April 8, 2020
Good morning Salties and friends,
I pray this email finds you well and rejoicing in another day the Lord has made. I miss you all and our weekly gatherings very much. Tonight Jews will celebrate the first Seder (a Hebrew word meaning order) of Passover in a very different way then they’re used to but celebrate they will. Since Passover is celebrated in homes rather than a synagogue most families will be able to experience a seder although in smaller groups than usual.
Passover is the oldest continually celebrated holiday ordained by God on the face of the earth. It has a 3000-year history of bringing people closer together and closer to God. Each celebration is a memorial to the original Passover when the death angel of the Lord passed over those houses protected by the blood of a sacrificial lamb.
The basic elements and order of the Seder meal have remained unchanged for centuries.
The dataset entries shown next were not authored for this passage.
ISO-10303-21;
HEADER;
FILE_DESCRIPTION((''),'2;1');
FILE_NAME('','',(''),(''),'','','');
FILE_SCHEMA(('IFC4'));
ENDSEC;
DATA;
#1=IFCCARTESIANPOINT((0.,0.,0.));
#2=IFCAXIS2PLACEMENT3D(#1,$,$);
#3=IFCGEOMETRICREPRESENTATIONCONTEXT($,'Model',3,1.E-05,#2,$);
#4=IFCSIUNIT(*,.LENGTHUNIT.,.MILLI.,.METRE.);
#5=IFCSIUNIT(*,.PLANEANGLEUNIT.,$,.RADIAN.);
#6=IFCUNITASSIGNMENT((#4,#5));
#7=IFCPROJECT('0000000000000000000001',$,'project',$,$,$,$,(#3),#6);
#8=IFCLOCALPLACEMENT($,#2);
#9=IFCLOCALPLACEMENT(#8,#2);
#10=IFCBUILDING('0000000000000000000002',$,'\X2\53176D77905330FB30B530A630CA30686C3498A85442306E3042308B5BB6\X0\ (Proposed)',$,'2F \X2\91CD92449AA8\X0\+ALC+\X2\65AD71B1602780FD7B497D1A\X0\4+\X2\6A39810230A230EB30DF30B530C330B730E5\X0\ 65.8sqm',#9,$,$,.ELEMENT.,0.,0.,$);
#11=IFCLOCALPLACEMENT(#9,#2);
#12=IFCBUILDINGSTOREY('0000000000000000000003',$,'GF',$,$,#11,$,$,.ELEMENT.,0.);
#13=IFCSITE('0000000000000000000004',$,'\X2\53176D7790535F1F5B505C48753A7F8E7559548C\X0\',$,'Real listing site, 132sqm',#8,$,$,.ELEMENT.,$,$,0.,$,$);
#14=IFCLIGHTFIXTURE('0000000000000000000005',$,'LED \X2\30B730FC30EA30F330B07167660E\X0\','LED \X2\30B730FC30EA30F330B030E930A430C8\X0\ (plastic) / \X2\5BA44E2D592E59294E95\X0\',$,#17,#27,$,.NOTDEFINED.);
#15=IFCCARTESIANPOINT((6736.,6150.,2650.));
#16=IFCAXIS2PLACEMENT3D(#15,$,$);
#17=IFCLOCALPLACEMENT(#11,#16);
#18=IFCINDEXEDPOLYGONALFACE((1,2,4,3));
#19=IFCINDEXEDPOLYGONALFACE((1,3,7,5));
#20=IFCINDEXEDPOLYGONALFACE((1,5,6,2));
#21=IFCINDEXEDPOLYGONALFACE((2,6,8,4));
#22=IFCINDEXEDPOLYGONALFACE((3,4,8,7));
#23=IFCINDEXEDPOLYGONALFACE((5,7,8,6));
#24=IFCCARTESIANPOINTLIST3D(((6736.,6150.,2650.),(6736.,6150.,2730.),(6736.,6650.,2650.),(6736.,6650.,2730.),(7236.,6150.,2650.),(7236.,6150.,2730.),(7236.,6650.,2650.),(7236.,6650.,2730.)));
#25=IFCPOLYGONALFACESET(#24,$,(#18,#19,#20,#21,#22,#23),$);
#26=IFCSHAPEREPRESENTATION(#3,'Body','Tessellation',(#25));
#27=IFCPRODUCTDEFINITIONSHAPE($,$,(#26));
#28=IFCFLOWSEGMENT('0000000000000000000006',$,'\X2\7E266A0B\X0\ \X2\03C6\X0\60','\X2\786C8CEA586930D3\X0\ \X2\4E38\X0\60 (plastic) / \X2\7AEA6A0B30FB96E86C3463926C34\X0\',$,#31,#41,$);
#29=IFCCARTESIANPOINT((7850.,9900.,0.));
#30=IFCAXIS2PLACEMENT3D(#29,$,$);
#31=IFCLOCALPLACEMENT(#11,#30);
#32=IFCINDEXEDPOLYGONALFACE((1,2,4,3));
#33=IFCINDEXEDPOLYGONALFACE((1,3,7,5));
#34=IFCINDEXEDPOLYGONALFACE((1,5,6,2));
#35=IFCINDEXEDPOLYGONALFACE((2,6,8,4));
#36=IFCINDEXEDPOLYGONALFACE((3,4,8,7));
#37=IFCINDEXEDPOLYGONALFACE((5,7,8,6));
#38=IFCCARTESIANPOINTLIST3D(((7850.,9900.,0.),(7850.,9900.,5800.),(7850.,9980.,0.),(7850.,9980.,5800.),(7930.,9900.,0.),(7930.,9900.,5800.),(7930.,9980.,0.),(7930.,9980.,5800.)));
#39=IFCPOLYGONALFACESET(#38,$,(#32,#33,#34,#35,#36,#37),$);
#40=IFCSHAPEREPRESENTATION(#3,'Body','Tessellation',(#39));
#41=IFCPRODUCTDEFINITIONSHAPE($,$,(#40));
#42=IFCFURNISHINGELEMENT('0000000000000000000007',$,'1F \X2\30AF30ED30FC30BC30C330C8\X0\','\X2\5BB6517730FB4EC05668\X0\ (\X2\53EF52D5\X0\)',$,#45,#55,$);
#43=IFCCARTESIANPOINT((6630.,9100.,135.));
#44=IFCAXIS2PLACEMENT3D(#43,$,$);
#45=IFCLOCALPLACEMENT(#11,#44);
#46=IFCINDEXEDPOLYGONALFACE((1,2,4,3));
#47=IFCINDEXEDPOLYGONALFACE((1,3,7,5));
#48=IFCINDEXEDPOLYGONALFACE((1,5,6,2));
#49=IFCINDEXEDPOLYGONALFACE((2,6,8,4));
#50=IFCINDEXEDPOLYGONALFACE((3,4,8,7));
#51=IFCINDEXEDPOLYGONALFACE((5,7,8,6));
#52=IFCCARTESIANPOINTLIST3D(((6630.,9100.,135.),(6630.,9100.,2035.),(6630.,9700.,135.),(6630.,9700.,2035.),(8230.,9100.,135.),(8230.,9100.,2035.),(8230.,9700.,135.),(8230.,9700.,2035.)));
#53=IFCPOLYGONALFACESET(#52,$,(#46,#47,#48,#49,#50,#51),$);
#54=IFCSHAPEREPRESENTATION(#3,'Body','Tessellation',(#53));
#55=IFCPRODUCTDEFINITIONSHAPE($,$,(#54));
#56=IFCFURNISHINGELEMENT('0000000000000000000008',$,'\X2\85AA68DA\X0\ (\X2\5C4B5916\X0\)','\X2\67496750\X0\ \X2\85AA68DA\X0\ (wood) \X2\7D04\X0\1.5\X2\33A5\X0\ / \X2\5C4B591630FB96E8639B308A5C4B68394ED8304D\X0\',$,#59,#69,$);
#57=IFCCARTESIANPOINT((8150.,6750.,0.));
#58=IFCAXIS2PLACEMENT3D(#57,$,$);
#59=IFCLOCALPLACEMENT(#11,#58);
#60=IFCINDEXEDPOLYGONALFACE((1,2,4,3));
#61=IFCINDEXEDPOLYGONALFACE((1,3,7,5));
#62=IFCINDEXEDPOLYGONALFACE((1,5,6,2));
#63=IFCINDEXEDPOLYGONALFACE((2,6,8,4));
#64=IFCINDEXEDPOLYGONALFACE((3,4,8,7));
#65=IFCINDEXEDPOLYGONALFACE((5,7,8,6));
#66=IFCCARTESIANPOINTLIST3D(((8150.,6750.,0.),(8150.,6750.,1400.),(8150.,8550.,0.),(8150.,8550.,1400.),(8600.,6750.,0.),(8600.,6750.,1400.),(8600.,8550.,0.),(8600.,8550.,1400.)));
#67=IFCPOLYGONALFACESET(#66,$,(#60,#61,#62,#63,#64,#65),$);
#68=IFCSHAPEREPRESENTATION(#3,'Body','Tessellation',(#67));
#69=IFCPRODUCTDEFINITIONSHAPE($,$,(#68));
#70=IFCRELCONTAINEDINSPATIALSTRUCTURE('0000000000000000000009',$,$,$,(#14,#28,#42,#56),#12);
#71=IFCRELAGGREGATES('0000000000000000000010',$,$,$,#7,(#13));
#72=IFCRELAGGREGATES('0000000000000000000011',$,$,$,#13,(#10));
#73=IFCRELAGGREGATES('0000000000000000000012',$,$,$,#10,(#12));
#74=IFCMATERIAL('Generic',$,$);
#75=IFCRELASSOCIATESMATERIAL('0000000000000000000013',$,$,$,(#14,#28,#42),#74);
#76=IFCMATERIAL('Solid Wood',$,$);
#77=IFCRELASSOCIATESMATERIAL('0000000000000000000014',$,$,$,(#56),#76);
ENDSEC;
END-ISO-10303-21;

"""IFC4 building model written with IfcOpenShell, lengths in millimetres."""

from ifc_helpers import new_model, si_unit, frame, frame_2d, origin, place, context, project, spatial, rectangle, extrude, material, element, save


model = new_model("IFC4")

# Units and contexts
model_context = context("Model", 3, precision=1e-05, world=origin())
ifc_project = project(units=[si_unit("LENGTHUNIT", "METRE", prefix="MILLI"), si_unit("PLANEANGLEUNIT", "RADIAN")], contexts=[model_context])

# Site, building, storey
site_placement = place(None, origin())
site = spatial("IfcSite", under=ifc_project, at=site_placement, Name="北海道弟子屈町美留和", ObjectType="Real listing site, 132sqm", CompositionType="ELEMENT", RefElevation=0.0)
building_placement = place(site_placement, origin())
building = spatial("IfcBuilding", under=site, at=building_placement, Name="北海道・サウナと水風呂のある家 (Proposed)", ObjectType="2F 重鉄骨+ALC+断熱性能等級4+樹脂アルミサッシュ 65.8sqm", CompositionType="ELEMENT", ElevationOfRefHeight=0.0, ElevationOfTerrain=0.0)
storey_placement = place(building_placement, origin())
storey = spatial("IfcBuildingStorey", under=building, at=storey_placement, Name="GF", CompositionType="ELEMENT", Elevation=0.0)

# Shared definitions
ifc_material_1 = material(Name="Solid Wood")

# Shared definitions
ifc_material_2 = material(Name="Generic")

# Light fixture
light_fixture_placement = place(storey_placement, frame((6736.0, 6150.0, 2650.0)))
element("IfcLightFixture", 1, at=light_fixture_placement, inside=storey, material=ifc_material_2, Name="LED シーリング照明", Description="LED シーリングライト (plastic) / 室中央天井", PredefinedType="NOTDEFINED", context=model_context, shape_type="SweptSolid", body=[
    extrude(rectangle(XDim=500.0, YDim=500.0, at=frame_2d((250.0, 250.0))), frame((6736.0, 6150.0, 2650.0)), (0.0, 0.0, 1.0), 80.0),
])

# Flow segment
flow_segment_placement = place(storey_placement, frame((7850.0, 9900.0, 0.0)))
element("IfcFlowSegment", 2, at=flow_segment_placement, inside=storey, material=ifc_material_2, Name="縦樋 φ60", Description="硬質塩ビ 丸60 (plastic) / 竪樋・雨水排水", context=model_context, shape_type="SweptSolid", body=[
    extrude(rectangle(XDim=80.0, YDim=80.0, at=frame_2d((40.0, 40.0))), frame((7850.0, 9900.0, 0.0)), (0.0, 0.0, 1.0), 5800.0),
])

# Furnishing elements
furnishing_1_placement = place(storey_placement, frame((6630.0, 9100.0, 135.0)))
element("IfcFurnishingElement", 3, at=furnishing_1_placement, inside=storey, material=ifc_material_2, Name="1F クローゼット", Description="家具・什器 (可動)", context=model_context, shape_type="SweptSolid", body=[
    extrude(rectangle(XDim=1600.0, YDim=600.0, at=frame_2d((800.0, 300.0))), frame((6630.0, 9100.0, 135.0)), (0.0, 0.0, 1.0), 1900.0),
])
furnishing_2_placement = place(storey_placement, frame((8150.0, 6750.0, 0.0)))
element("IfcFurnishingElement", 4, at=furnishing_2_placement, inside=storey, material=ifc_material_1, Name="薪棚 (屋外)", Description="杉材 薪棚 (wood) 約1.5㎥ / 屋外・雨掛り屋根付き", context=model_context, shape_type="SweptSolid", body=[
    extrude(rectangle(XDim=450.0, YDim=1800.0, at=frame_2d((225.0, 900.0))), frame((8150.0, 6750.0, 0.0)), (0.0, 0.0, 1.0), 1400.0),
])

save(model, "model.ifc")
The Seder is filled with rituals and symbolism and follows a prescribed order laid out in a Haggadah. Haggadah is a Hebrew word meaning “the telling.” The Passover Seder has always been about preserving, teaching and reenacting tradition. As a liturgical memorial of the Exodus, the Seder would have been central to Jesus’ religious life. In fact, in Luke 22:15 Jesus said to His disciples “I have earnestly desired to eat this Passover with you before I suffer”. It is the occasion on which Jesus established a new covenant with His people which we remember each time we celebrate communion when we give thanks for our redemption into the Kingdom of God and not just freedom from slavery in Egypt.
At the first Seder dinner God’s people celebrated their return to the Promised Land but communion celebrates our inclusion into the Kingdom of God. “Your kingdom come” is not a wish but a fact to celebrate because the perfect Lamb of God shed His blood for us. Despite the discomfort we’re all facing, let’s prepare our hearts to celebrate this glorious truth as we gather (separately) for Good Friday and Easter.